5G is the next generation of mobile technology designed to support a growing number of users, an increasing number of devices and the rising quantity of data they will generate and share. In technical terms, 5G networks are characterised by low-latency (near real-time responsiveness), wider bandwidth (for ultra-fast data sharing) and network slicing (to dedicate a part of the network to a particular purpose). It makes them the key building-block for the latest technology applications and services such as Internet of Thing (IoT), Artificial Intelligence (AI), Virtual reality, and Augmented reality.
The deployment of 5G networks depends closely upon access to radio spectrum, the range of frequencies that are the basis of wireless communication technologies. Initially, 5G will use similar radio frequencies as 4G to carry data.
In the future, to achieve higher capacity, 5G radio technology may also use different radio frequencies, which sit at a higher position on the electromagnetic frequencies spectrum (EMF) and operate on shorter (millimeter) wavelengths. However, the distance that millimeter waves can reach is a lot shorter, so instead of the cell towers that cover a bigger area, 5G will be using more smaller ones that will cover smaller areas.
As the rate of connected devices and their applications increases, spectrum resources and their uses have to be defined and harmonised across Europe. In this way, it will prevent different technologies from interfering with each other and infrastructure will be interoperable across borders.
For the deployment of 5G, the Commission works to harmonise the use of three pioneer frequencies across the EU:
* The 700 MHz band, assigned to mobile operators for wireless broadband use. It will allow for wide territorial coverage, including rural areas
* The 3.6 GHz band, for higher data capacity and moderate reach
* The 26 GHz band, for very high data capacity in dense areas, such as cities
The Member States will authorise the use of these three bands, or frequency intervals, by the end of 2020. This will ensure access to appropriate spectrum for providers of innovative 5G services.

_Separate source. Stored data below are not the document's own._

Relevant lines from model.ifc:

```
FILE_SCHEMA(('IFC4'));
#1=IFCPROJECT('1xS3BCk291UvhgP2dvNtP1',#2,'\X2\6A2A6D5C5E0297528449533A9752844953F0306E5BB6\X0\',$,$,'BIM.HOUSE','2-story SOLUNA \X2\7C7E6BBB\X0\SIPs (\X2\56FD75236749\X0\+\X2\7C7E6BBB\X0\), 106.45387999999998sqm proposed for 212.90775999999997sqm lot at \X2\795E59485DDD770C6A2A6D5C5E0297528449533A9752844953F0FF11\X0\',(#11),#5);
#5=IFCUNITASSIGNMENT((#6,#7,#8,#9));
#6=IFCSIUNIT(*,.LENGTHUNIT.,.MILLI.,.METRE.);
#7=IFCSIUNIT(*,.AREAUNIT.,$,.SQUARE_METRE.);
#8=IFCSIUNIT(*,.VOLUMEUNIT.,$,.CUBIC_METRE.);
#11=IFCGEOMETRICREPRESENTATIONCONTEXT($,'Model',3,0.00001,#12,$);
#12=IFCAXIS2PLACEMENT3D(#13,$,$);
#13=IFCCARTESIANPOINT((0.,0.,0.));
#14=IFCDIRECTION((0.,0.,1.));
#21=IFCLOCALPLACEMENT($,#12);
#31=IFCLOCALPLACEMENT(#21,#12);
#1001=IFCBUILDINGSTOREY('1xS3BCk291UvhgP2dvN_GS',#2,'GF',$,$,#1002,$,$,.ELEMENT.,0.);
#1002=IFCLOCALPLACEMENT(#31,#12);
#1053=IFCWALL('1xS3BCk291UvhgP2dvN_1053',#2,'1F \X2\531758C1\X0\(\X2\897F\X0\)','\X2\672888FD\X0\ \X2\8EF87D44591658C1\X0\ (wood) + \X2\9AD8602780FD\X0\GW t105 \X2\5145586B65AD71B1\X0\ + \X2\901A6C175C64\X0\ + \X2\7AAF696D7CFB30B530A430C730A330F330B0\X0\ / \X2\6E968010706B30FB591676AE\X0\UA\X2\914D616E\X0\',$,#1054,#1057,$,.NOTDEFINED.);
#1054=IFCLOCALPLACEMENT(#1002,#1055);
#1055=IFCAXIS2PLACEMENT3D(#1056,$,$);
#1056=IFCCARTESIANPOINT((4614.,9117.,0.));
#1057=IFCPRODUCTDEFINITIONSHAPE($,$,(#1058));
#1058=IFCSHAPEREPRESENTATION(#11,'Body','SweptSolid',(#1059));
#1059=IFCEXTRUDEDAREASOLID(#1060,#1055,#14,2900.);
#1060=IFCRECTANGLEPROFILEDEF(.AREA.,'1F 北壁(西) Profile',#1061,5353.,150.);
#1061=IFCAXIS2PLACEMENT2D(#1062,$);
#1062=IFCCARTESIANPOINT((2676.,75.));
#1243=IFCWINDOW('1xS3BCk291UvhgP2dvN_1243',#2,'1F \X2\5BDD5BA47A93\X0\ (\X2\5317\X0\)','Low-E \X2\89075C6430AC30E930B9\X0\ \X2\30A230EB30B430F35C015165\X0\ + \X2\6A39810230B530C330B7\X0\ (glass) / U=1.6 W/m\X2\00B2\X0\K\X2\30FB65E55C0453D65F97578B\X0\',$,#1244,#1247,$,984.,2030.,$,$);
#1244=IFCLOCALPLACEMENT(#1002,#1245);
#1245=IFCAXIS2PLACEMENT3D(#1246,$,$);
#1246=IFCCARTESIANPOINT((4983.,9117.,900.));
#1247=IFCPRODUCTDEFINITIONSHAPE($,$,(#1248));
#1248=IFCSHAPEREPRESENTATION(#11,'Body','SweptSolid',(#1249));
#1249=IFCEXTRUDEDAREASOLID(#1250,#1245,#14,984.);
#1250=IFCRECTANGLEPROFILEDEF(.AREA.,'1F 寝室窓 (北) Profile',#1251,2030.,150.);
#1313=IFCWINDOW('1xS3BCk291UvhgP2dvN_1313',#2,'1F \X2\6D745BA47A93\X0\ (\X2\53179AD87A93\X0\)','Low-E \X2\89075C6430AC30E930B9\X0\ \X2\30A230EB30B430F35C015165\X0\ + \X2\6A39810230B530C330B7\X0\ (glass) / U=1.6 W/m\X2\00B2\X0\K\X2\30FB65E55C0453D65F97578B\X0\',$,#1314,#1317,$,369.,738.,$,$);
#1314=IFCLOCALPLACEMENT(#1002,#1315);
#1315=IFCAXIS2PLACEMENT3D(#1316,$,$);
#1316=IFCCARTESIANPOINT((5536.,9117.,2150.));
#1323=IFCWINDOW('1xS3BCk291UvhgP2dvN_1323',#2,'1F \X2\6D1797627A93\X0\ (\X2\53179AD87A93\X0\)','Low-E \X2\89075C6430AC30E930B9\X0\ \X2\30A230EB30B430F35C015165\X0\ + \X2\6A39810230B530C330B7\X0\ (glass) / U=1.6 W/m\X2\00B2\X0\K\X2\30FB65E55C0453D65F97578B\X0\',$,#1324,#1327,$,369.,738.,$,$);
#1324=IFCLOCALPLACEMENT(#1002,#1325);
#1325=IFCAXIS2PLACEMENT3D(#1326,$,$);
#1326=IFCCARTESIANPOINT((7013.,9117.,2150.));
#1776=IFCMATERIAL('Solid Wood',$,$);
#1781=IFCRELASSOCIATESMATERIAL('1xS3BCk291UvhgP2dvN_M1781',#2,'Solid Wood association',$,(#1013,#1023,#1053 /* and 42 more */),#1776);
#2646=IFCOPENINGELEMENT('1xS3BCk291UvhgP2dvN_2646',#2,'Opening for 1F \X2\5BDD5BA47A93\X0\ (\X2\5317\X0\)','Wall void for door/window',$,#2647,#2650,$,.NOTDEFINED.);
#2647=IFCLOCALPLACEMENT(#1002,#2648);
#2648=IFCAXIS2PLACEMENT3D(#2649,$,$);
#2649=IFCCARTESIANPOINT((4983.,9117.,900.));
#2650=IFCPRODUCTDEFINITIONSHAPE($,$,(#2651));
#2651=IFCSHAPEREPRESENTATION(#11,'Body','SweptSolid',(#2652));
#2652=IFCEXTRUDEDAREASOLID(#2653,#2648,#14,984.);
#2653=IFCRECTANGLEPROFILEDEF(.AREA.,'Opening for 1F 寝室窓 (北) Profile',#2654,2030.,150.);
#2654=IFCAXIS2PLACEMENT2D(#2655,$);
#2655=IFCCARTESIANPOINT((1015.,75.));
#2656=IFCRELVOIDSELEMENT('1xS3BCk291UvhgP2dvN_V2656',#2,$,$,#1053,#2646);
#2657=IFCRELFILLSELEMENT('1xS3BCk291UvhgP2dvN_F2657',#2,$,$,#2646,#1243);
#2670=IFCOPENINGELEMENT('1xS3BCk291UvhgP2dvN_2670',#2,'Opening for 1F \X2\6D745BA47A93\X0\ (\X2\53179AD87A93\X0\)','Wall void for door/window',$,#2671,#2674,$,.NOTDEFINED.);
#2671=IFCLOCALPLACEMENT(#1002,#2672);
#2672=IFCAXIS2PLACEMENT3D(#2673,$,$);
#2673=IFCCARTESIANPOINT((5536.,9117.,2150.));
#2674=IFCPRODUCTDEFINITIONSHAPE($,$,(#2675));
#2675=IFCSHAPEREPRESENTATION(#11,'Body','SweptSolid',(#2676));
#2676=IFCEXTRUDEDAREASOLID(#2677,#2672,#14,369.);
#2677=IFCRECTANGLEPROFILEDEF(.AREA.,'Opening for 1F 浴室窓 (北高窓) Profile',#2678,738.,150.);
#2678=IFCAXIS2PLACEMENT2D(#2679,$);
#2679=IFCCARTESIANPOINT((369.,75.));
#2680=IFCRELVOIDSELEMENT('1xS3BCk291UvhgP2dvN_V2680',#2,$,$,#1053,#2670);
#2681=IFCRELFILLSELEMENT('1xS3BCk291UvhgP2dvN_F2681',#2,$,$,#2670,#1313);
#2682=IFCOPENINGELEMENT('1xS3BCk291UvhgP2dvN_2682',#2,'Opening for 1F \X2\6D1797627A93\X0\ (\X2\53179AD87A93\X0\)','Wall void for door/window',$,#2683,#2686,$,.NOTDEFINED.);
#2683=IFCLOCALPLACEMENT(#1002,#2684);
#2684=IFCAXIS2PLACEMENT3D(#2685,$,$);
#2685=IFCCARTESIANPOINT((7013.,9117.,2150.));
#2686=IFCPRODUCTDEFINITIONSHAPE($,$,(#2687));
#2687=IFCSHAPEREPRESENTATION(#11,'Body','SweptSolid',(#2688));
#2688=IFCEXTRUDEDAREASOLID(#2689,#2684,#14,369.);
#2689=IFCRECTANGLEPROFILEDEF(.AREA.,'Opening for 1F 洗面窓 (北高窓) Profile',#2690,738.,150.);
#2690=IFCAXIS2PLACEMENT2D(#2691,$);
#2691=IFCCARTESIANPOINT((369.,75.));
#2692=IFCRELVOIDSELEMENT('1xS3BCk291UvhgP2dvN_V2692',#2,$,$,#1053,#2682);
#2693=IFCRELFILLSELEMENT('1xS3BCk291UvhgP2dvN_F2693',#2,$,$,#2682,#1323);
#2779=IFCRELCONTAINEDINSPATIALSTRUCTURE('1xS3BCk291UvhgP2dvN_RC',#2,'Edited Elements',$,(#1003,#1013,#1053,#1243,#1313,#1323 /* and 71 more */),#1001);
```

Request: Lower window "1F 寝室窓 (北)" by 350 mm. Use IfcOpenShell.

```python
import numpy as np
import ifcopenshell
import ifcopenshell.api.geometry
import ifcopenshell.util.placement
import ifcopenshell.util.unit

model = ifcopenshell.open("model.ifc")
unit_scale = ifcopenshell.util.unit.calculate_unit_scale(model)

window = model.by_id(1243)
opening = window.FillsVoids[0].RelatingOpeningElement
dz = -0.35 / unit_scale

shift = np.array([0.0, 0.0, dz])
# The window is not placed relative to its opening, so move both.
for product in (opening, window):
    matrix = ifcopenshell.util.placement.get_local_placement(product.ObjectPlacement)
    matrix[:3, 3] += shift
    ifcopenshell.api.geometry.edit_object_placement(model, product=product, matrix=matrix, is_si=False)

print(f"moved by {dz * unit_scale:+.3f} m")

model.write("model_v2.ifc")
```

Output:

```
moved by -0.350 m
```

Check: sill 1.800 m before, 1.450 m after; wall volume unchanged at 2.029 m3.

The Commission and Member States continue to exchange best practices and discuss common elements, which are the fundamentals of national frameworks. Information about progress made in this regard and any major market developments are continually being reported by the EU 5G Observatory.
4. The Commission is in the process of adopting a new Implementing Regulation on small cells. Why do we need a new legislation specifying the characteristics of small-area wireless access points?

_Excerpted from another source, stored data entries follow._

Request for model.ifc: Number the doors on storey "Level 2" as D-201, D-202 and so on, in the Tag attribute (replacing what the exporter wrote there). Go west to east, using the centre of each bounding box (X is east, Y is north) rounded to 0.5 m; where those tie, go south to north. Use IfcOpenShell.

First a look at what the model holds.

```python
import ifcopenshell
import ifcopenshell.util.element
import ifcopenshell.util.placement

model = ifcopenshell.open("model.ifc")
print(model.schema)
storey = next(s for s in model.by_type("IfcBuildingStorey") if s.Name == "Level 2")
doors = [e for e in ifcopenshell.util.element.get_decomposition(storey) if e.is_a("IfcDoor")]
for e in sorted(doors, key=lambda e: e.id()):
    origin = ifcopenshell.util.placement.get_local_placement(e.ObjectPlacement)[:3, 3]
    print(e.id(), e.Tag, e.Name, origin.round(2) + 0.0, sep=" | ")
```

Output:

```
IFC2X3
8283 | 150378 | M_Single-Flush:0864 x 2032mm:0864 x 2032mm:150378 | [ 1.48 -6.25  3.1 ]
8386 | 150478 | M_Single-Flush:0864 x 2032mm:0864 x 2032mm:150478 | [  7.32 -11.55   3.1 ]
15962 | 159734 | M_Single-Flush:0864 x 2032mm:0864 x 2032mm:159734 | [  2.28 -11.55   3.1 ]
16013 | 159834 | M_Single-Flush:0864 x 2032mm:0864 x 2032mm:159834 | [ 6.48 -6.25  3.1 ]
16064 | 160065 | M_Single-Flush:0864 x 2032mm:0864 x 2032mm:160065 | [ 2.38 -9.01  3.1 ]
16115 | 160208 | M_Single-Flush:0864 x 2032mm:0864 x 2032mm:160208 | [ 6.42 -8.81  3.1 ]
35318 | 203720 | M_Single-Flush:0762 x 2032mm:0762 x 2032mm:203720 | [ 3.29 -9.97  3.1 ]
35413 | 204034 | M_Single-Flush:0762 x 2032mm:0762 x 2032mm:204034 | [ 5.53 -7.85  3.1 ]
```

```python
import ifcopenshell
import ifcopenshell.geom
import ifcopenshell.util.element
import ifcopenshell.util.shape

model = ifcopenshell.open("model.ifc")
settings = ifcopenshell.geom.settings()
settings.set("use-world-coords", True)


def centre(element):
    shape = ifcopenshell.geom.create_shape(settings, element)
    return ifcopenshell.util.shape.get_bbox_centroid(shape.geometry)


storey = next(s for s in model.by_type("IfcBuildingStorey") if s.Name == "Level 2")
doors = [e for e in ifcopenshell.util.element.get_decomposition(storey) if e.is_a("IfcDoor")]

# Insertion points can sit at a corner or the storey origin, so sort by the geometry (in metres).
centres = {e: centre(e) for e in doors}
doors.sort(key=lambda e: (round(centres[e][0] / 0.5), centres[e][1]))

for i, e in enumerate(doors, start=1):
    number = f"D-2{i:02d}"
    e.Tag = number
    print(e.id(), number)

model.write("model-out.ifc")
```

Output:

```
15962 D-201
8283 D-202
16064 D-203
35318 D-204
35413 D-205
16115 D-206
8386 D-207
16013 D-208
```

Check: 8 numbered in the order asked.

5G networks will use much smaller antennas compared to current systems. At the same time, the new antennas will achieve much better coverage and higher connection speeds. They will also be less visible and produce less electromagnetic emissions. In fact, they could be compared to Wi-Fi installations.
The current rules on small cells are burdensome, that is why the EU decided to ease these rules, so that bureaucratic procedures for this type of installations are simple, while ensuring that authorities keep oversight.
For this reason, the Commission will adopt by June an implementing regulation in accordance with new EU telecom rules (the European Electronic Communications Code).
Under the European Electronic Communications Code (Art 57) the Commission, by means of implementing acts, must specify the physical and technical characteristics of small cells, or small-access wireless points. The Commission must deliver this by June 2020.
The Commission draft Implementing Regulation defines the constraints on the physical and technical characteristics of small-area wireless access points: the volume, weight, visual impact and emission power. These characteristics are meant to ensure aesthetical visual impact and high levels of public health protection against electromagnetic fields (in line with Council Recommendation 1999/519/EC). In this context, the implementing regulation is not about setting new limits because we already have the strictest limits via the above Council Recommendation.
6. Some citizens are concerned about 5G and Electromagnetic field (EMF) exposure. Will 5G networks cause more exposure?
Some people are worried that more antennas means more exposure. 5G networks will use small cells with lower power levels and therefore lower EMF exposure levels than the existing large cells in 4G networks. A recent Commission study showed that in urban areas where 5G will be deployed and 4G antennas are still in use, the overall exposure levels will modestly increase, but this will still be a long way below safe limits – which are 50 times lower than levels at which health effects are possible. As the 4G antennas go out of use, exposure levels will go down.
Moreover, 4G and older generation antennas, which operate with higher emission powers, are expected to be used less and less in these areas while a larger network of the new small cells will develop and distribute sources of exposure to electromagnetic fields more evenly at lower power levels.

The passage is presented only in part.